PatSeq Bulk Download

We provide the entire PatSeq data collection for download in FASTA format.

Data files are provided both for individual jurisdictions and also for the entire PatSeq database. Each set consists of multiple files, grouped by:

  • document type (grants, applications),
  • sequence type (nucleotides, peptides), and
  • document location (in claims, all locations – please note: “in claims” is a subset of the “all” dataset).  For example, “Grants: Nucleotides (all)” refers to nucleotide sequences disclosed in granted patent documents regardless of where they are referenced in the documents whereas “Grants: Nucleotides (in Claims)” refers to nucleotide sequences referenced in the claims of the granted patent documents

Here you can download some sample data (1k sequences, FASTA format, 920KB).

How to download

  1. Before you are able to download, you will need to register and/or sign in to  request permission to download the monthly updates of Patseq database.
  2. Once you are signed in, you can request access by clicking on the “Sequence bulk download” tab in your work area as shown below
  3. Bulkdownload

  4. In the Sequence Bulk download tab , you can check out the  licensing options.  Licensing fees are structured based on the size of the commercial entity.  They will be used to expand PatSeq functionalities , including, for example, developing flatfiles with  sequence and patent metadata to be downloaded with the sequence bulk download in the near future.  So, your support will help enrich and improve our services to you in the long term…
  5.  licensingoptions
  6. Read our Terms of Use
  7. Send request online
  8. Once the bulk download access is granted, it will be enabled for your Lens account and you can then download the sequence files
    • using your web browser and the PatSeq Data app, or
    • programmatically, using the download API.

See further explanations for both download options below.


PatSeq Data

Within the PatSeq data app you can use the provided  “Sequence download”  buttons to download data files for individual jurisdictions or the entire PatSeq database.

psd bulk download

Bulk Download in “PatSeq Data”

 

The data is provided in multiple files, grouped by

  • document type (grants, applications),
  • sequence type (nucleotides, peptides), and
  • document location (in claims, all locations – please note: “in claims” is a subset of the “all” dataset).  For example, “Grants: Nucleotides (all)” refers to nucleotide sequences disclosed in granted patent documents regardless of where they are referenced in the documents whereas “Grants: Nucleotides (in Claims)” refers to nucleotide sequencesreferenced in the claims of the granted patent documents

 Download API

In order to download sequence programmatically (e.g. in automated scheduled scripts) you need to authenticate your application.
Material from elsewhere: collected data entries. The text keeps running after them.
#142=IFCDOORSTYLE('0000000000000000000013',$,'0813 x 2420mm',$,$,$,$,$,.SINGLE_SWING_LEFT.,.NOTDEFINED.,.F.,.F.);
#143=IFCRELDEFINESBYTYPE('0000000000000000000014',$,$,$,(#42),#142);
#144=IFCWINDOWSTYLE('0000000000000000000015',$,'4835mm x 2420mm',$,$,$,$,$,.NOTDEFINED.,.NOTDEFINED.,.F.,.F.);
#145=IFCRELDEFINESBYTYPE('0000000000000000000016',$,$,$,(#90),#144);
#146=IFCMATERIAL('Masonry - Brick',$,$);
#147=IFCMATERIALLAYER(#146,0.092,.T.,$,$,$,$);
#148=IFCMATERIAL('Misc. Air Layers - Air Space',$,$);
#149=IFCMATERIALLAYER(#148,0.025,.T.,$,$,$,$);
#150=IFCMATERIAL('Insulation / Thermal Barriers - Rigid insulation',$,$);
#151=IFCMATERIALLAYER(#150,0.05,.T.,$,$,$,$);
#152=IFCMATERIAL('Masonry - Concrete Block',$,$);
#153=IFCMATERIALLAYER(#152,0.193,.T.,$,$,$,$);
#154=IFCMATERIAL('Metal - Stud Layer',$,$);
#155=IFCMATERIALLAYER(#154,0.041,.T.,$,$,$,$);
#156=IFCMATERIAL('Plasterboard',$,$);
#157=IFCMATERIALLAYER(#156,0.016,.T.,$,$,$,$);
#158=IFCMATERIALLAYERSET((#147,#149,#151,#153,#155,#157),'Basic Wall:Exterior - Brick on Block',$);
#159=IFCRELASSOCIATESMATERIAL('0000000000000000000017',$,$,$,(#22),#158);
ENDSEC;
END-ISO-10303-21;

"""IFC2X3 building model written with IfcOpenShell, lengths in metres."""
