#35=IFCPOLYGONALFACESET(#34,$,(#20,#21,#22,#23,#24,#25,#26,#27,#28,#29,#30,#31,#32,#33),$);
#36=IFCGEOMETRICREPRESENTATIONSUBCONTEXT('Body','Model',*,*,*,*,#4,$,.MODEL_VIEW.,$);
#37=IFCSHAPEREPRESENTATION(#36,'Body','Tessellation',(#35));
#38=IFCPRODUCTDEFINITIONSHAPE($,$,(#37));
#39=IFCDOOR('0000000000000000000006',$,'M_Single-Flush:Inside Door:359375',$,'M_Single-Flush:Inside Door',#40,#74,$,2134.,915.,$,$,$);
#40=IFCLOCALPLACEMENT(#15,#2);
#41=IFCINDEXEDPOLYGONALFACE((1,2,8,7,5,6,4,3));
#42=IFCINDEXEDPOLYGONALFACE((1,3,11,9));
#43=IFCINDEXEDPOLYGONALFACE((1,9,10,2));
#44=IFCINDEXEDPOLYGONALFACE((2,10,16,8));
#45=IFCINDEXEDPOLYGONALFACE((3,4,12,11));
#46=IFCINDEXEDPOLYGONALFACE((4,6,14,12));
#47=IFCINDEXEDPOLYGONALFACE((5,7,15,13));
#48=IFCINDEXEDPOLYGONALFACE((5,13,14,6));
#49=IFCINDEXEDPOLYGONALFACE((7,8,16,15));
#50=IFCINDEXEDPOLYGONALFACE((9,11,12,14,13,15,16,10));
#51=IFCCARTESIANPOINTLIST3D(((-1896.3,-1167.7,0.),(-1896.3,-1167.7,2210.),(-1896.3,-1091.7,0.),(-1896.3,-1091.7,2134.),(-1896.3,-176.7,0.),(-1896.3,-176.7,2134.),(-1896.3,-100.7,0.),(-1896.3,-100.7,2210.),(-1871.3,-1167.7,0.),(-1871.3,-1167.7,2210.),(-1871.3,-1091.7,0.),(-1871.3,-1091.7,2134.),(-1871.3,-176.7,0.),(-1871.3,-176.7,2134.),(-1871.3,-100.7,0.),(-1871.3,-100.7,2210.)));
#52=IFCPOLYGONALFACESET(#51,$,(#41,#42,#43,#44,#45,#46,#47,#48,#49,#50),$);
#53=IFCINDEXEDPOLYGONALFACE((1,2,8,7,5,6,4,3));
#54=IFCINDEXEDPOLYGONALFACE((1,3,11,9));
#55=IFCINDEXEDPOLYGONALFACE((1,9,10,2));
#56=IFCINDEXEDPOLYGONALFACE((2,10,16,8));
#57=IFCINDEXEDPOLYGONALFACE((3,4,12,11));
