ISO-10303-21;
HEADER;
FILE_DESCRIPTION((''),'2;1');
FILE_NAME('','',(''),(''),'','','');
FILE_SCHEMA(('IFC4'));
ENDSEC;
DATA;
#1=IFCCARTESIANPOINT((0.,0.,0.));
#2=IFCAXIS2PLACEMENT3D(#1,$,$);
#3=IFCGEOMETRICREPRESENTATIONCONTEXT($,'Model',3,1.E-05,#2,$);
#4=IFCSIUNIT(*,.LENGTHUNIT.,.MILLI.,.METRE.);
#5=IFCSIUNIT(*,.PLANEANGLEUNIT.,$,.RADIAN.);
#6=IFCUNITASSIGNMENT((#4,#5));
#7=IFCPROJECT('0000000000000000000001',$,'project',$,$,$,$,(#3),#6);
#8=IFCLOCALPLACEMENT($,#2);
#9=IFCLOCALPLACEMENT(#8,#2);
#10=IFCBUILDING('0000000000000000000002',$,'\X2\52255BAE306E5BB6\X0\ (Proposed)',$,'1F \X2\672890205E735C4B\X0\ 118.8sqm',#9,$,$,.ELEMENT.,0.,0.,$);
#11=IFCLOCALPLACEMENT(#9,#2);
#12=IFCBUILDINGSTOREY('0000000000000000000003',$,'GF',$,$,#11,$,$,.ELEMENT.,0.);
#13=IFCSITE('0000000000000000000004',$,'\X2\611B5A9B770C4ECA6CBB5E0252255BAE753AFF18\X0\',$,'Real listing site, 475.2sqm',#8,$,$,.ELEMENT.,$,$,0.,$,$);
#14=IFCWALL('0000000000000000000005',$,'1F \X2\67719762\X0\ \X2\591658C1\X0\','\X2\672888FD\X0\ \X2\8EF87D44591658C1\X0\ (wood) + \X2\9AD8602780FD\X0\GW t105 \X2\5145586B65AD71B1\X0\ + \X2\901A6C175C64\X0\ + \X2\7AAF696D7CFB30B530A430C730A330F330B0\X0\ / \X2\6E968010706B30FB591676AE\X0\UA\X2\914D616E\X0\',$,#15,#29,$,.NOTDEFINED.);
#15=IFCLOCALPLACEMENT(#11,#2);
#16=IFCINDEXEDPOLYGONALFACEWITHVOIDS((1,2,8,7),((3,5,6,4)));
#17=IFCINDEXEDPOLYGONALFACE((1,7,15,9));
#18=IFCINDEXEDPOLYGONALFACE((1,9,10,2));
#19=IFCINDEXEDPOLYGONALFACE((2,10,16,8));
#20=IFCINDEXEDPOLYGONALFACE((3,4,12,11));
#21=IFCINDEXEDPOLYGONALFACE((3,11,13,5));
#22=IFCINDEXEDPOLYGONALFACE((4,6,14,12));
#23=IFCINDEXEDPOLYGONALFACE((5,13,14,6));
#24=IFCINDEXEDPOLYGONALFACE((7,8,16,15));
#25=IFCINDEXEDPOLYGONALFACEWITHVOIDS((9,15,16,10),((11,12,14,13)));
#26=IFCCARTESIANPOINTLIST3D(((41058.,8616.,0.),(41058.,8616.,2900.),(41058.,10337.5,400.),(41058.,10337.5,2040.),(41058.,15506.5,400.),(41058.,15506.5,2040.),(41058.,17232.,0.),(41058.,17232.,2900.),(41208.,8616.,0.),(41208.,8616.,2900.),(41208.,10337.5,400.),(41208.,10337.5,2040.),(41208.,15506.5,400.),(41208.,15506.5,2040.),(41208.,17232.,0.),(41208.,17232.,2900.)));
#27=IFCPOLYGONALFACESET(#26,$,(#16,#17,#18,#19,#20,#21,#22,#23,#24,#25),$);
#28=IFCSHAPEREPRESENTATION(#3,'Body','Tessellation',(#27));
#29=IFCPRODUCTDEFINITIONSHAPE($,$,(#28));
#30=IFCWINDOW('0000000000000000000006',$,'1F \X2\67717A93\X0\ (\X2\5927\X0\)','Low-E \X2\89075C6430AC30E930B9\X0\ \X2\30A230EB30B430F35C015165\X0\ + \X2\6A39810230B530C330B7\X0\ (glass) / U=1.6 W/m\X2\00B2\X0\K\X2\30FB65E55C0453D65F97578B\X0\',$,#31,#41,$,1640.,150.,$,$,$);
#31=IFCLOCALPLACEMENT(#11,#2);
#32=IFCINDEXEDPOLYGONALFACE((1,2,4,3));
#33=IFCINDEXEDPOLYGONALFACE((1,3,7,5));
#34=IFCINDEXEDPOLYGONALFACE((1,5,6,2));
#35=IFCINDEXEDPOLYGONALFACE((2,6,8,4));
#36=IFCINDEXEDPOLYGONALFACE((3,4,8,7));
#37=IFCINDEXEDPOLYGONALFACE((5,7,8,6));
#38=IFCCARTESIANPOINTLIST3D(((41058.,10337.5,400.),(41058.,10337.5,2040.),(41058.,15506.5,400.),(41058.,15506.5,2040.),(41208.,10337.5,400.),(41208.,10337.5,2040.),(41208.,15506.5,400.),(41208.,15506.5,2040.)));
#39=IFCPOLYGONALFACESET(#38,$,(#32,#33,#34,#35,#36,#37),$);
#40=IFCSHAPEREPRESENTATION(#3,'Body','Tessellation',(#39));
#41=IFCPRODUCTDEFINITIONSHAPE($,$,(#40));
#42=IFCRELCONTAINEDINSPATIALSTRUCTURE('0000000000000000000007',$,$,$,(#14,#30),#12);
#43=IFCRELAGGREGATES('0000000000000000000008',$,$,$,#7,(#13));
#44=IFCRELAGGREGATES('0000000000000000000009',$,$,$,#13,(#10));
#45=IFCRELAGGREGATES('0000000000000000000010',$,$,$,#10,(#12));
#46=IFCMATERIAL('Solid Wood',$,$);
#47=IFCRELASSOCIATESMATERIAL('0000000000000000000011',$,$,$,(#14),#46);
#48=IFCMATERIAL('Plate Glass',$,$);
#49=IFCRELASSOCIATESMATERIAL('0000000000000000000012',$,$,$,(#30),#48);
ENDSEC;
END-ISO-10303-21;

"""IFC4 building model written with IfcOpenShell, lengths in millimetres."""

from ifc_helpers import new_model, si_unit, frame, frame_2d, origin, place, context, project, spatial, rectangle, extrude, material, element, fill, save


model = new_model("IFC4")

# Units and contexts
model_context = context("Model", 3, precision=1e-05, world=origin())
ifc_project = project(units=[si_unit("LENGTHUNIT", "METRE", prefix="MILLI"), si_unit("PLANEANGLEUNIT", "RADIAN")], contexts=[model_context])

# Site, building, storey
site_placement = place(None, origin())
site = spatial("IfcSite", under=ifc_project, at=site_placement, Name="愛媛県今治市別宮町８", ObjectType="Real listing site, 475.2sqm", CompositionType="ELEMENT", RefElevation=0.0)
building_placement = place(site_placement, origin())
building = spatial("IfcBuilding", under=site, at=building_placement, Name="別宮の家 (Proposed)", ObjectType="1F 木造平屋 118.8sqm", CompositionType="ELEMENT", ElevationOfRefHeight=0.0, ElevationOfTerrain=0.0)
storey_placement = place(building_placement, origin())
storey = spatial("IfcBuildingStorey", under=building, at=storey_placement, Name="GF", CompositionType="ELEMENT", Elevation=0.0)

# Wall, opening, window
ifc_material_1 = material(Name="Solid Wood")
wall_1_placement = place(storey_placement, frame((20529.0, 4308.0, 0.0)))
wall_1 = element("IfcWall", 1, at=wall_1_placement, inside=storey, material=ifc_material_1, Name="1F 東面 外壁", Description="木製 軸組外壁 (wood) + 高性能GW t105 充填断熱 + 通気層 + 窯業系サイディング / 準耐火・外皮UA配慮", PredefinedType="NOTDEFINED", context=model_context, shape_type="SweptSolid", body=[
    extrude(rectangle(XDim=150.0, YDim=8616.0, at=frame_2d((75.0, 4308.0))), frame((20529.0, 4308.0, 0.0)), (0.0, 0.0, 1.0), 2900.0),
])
opening_1_placement = place(storey_placement, frame((20529.0, 5169.0, 200.0)))
opening_1 = element("IfcOpeningElement", 2, at=opening_1_placement, cuts=wall_1, PredefinedType="NOTDEFINED", context=model_context, shape_type="SweptSolid", body=[
    extrude(rectangle(XDim=150.0, YDim=5169.0, at=frame_2d((75.0, 2584.0))), frame((20529.0, 5169.0, 200.0)), (0.0, 0.0, 1.0), 1640.0),
])
ifc_material_2 = material(Name="Plate Glass")
window_1_placement = place(storey_placement, frame((20529.0, 5169.0, 200.0)))
window_1 = element("IfcWindow", 3, at=window_1_placement, inside=storey, material=ifc_material_2, Name="1F 東窓 (大)", Description="Low-E 複層ガラス アルゴン封入 + 樹脂サッシ (glass) / U=1.6 W/m²K・日射取得型", OverallHeight=1640.0, OverallWidth=150.0, context=model_context, shape_type="SweptSolid", body=[
    extrude(rectangle(XDim=150.0, YDim=5169.0, at=frame_2d((75.0, 2584.0))), frame((20529.0, 5169.0, 200.0)), (0.0, 0.0, 1.0), 1640.0),
])
fill(opening_1, window_1)

save(model, "model.ifc")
This is achieved through an unique API access token.

Create your personal access token

You can manage your API access tokens in the Sequence Bulk download tab of your work area.

Bulk Download API Tokens

Click on the “Generate a new access token” link below the table. You can generate multiple tokens, and to allow you to distinguish them you can label them individually using the description field.
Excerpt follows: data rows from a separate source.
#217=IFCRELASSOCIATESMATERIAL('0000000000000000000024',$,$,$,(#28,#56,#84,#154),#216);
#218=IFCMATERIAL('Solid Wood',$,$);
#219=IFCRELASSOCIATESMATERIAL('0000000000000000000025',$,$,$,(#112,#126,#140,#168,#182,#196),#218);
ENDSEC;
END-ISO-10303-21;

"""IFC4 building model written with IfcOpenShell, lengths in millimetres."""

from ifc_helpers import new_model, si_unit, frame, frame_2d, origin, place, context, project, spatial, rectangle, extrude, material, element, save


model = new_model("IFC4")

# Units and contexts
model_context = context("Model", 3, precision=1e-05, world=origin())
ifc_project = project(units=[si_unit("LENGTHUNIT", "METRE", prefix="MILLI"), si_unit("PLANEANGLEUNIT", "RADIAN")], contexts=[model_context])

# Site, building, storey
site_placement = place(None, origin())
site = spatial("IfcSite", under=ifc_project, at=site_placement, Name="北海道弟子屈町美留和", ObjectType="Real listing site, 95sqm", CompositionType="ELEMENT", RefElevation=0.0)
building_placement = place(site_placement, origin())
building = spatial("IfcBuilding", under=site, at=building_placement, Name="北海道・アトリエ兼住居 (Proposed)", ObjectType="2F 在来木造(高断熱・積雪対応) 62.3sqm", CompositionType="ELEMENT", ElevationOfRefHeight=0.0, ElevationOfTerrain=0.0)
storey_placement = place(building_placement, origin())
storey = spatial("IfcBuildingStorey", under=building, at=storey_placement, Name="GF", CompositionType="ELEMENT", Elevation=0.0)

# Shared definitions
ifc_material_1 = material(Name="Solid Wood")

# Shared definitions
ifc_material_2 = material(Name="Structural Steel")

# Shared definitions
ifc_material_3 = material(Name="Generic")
Note: When generating a new access token, ensure to copy it somewhere safe. For security reasons, it won’t be displayed again. API access tokens can be revoked by deleting the API access token.

Using the API

The API endpoint is https://www.lens.org/lens/bio/psd/api

The Bulk Download API provides two endpoints:

  • /files – to retrieve a list of available files
    Method GET
    URL https://www.lens.org/lens/bio/psd/api/files
    Request Parameter

    • access_token : (String) API access token
  • /download – to download specific files
    Method GET
    URL https://www.lens.org/lens/bio/psd/api/download
    Request Parameter

    • access_token : (String) API access token
    • file : (String) relative file path as returned by the /files API call.
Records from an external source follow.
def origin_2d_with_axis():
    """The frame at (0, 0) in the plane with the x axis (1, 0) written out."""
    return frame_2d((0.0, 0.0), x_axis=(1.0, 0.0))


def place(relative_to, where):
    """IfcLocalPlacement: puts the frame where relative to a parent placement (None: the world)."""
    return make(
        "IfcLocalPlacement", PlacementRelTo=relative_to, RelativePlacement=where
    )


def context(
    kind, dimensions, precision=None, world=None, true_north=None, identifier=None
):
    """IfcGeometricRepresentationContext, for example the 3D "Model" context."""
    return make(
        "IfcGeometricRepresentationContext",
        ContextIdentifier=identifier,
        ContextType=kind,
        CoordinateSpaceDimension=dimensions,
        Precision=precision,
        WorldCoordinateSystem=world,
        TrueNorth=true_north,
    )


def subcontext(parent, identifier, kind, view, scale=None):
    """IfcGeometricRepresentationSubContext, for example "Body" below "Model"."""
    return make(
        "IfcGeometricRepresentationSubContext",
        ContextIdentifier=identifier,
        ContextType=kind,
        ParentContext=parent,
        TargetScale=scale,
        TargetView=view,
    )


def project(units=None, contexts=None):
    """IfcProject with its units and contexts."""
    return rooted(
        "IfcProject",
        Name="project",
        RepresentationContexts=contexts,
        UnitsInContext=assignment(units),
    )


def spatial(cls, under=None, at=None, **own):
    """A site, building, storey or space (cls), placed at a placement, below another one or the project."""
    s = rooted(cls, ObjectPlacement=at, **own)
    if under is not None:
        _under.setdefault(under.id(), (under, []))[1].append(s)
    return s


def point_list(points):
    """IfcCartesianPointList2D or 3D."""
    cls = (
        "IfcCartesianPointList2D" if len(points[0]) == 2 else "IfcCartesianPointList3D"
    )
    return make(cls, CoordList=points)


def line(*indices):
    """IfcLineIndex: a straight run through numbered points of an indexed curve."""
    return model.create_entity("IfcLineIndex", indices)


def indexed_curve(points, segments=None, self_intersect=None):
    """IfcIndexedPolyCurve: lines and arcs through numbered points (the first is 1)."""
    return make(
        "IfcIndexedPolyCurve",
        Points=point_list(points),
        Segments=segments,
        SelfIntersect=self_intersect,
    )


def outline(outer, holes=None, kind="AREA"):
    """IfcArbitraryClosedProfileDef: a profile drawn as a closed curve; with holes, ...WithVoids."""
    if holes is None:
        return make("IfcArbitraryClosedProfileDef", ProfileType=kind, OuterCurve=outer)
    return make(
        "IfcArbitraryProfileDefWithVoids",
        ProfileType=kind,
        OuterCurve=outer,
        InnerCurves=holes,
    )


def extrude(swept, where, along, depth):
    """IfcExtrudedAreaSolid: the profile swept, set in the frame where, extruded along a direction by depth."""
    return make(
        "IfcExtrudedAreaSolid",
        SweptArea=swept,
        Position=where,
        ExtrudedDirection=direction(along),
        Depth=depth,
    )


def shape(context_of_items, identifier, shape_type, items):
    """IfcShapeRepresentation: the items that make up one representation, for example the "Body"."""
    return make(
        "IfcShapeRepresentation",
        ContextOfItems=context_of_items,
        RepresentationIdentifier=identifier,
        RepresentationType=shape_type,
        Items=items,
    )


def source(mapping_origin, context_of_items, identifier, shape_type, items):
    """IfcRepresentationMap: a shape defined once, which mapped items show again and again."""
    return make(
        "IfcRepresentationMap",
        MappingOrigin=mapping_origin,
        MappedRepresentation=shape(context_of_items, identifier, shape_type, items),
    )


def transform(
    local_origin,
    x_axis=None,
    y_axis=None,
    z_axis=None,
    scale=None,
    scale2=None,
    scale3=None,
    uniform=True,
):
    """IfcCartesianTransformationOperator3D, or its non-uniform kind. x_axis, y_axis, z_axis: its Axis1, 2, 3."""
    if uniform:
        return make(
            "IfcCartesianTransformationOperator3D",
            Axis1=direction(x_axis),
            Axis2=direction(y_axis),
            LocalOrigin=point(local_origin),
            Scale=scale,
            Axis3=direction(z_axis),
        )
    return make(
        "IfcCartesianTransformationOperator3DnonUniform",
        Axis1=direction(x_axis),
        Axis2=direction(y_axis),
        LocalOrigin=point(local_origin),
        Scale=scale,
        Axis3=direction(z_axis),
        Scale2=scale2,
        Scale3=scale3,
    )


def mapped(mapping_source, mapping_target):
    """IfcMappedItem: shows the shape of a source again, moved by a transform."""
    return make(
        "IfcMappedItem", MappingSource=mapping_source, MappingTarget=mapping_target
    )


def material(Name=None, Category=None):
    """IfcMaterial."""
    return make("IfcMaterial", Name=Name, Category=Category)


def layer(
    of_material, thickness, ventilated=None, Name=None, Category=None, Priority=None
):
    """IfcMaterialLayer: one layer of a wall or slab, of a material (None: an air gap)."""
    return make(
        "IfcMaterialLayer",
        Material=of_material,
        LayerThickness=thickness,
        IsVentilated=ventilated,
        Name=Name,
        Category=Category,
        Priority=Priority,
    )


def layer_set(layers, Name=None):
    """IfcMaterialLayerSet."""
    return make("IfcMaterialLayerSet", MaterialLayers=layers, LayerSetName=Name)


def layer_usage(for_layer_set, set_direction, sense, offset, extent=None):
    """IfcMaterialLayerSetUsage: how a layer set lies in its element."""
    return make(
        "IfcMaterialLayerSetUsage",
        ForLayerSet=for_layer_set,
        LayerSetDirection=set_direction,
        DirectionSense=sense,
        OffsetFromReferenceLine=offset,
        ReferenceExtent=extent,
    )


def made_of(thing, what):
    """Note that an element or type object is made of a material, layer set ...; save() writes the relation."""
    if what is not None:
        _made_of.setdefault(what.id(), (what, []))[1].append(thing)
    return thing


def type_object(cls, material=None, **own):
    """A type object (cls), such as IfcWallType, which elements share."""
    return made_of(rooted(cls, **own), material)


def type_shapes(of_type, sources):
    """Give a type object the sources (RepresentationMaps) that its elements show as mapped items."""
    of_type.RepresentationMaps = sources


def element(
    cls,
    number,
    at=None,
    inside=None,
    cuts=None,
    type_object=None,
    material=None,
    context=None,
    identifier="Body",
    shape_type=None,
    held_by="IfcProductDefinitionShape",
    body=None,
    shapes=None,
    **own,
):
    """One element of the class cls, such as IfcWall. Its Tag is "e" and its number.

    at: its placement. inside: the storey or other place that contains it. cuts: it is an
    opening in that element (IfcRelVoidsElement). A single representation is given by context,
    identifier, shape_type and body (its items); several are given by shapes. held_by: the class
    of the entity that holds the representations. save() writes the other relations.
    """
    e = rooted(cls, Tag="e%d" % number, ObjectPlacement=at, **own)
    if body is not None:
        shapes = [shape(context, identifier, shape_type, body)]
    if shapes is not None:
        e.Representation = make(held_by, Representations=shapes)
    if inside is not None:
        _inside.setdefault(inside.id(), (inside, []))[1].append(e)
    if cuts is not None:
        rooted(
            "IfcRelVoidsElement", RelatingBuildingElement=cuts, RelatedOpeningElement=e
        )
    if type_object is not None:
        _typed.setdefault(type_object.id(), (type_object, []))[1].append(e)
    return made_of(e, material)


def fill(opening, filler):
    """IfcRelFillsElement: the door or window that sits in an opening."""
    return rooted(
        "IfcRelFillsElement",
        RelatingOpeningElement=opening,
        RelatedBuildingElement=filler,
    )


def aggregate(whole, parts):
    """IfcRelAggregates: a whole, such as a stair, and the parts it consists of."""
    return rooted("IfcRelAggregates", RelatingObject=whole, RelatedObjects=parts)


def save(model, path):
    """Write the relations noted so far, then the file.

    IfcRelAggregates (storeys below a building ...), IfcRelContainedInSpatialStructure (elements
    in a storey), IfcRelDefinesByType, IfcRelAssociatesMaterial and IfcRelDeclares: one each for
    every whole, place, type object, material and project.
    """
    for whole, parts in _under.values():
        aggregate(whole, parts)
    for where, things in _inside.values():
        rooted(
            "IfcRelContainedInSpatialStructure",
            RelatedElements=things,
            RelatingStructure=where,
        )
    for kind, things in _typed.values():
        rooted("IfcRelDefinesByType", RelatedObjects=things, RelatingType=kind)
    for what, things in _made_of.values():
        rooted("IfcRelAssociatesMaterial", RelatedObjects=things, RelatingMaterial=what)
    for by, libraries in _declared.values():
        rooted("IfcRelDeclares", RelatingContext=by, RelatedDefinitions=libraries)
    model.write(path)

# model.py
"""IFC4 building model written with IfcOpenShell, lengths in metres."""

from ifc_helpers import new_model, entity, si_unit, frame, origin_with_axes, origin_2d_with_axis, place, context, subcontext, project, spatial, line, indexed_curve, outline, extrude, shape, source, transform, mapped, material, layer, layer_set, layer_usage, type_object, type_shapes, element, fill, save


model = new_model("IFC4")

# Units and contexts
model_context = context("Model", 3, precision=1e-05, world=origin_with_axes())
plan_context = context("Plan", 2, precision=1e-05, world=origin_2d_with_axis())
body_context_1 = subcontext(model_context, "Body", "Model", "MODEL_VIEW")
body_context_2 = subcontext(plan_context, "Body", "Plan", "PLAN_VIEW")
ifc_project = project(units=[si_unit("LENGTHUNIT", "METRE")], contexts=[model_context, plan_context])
The access token can either be submitted using the HTTP header Authorization field, or alternatively using the URI access_token request parameter. See rfc6750 – Bearer Token Usage for more details.

We also provide a technical documentation with direct access to the API.

Example

To download all the latest nucleotide sequences extracted from US grants and referenced in the claims, you should use the following link:

https://www.lens.org/lens/bio/psd/api/download?access_token={your_personal_token}&file=us/grant/na-claims.fa.gz

with

wget "https://www.lens.org/lens/bio/psd/api/download?access_token={your_personal_token}&file=us/grant/na-claims.fa.gz" -O us-grants-na-claims.fa.gz

or specify the access token in the HTTP Authorization header: "Authorization: Bearer {your_personal_token}"

Request URL: https://www.lens.org/lens/bio/psd/api/download?file=us/grant/na-claims.fa.gz"

Please note, whatever HTTP client you use will need to be able to follow 302 redirects.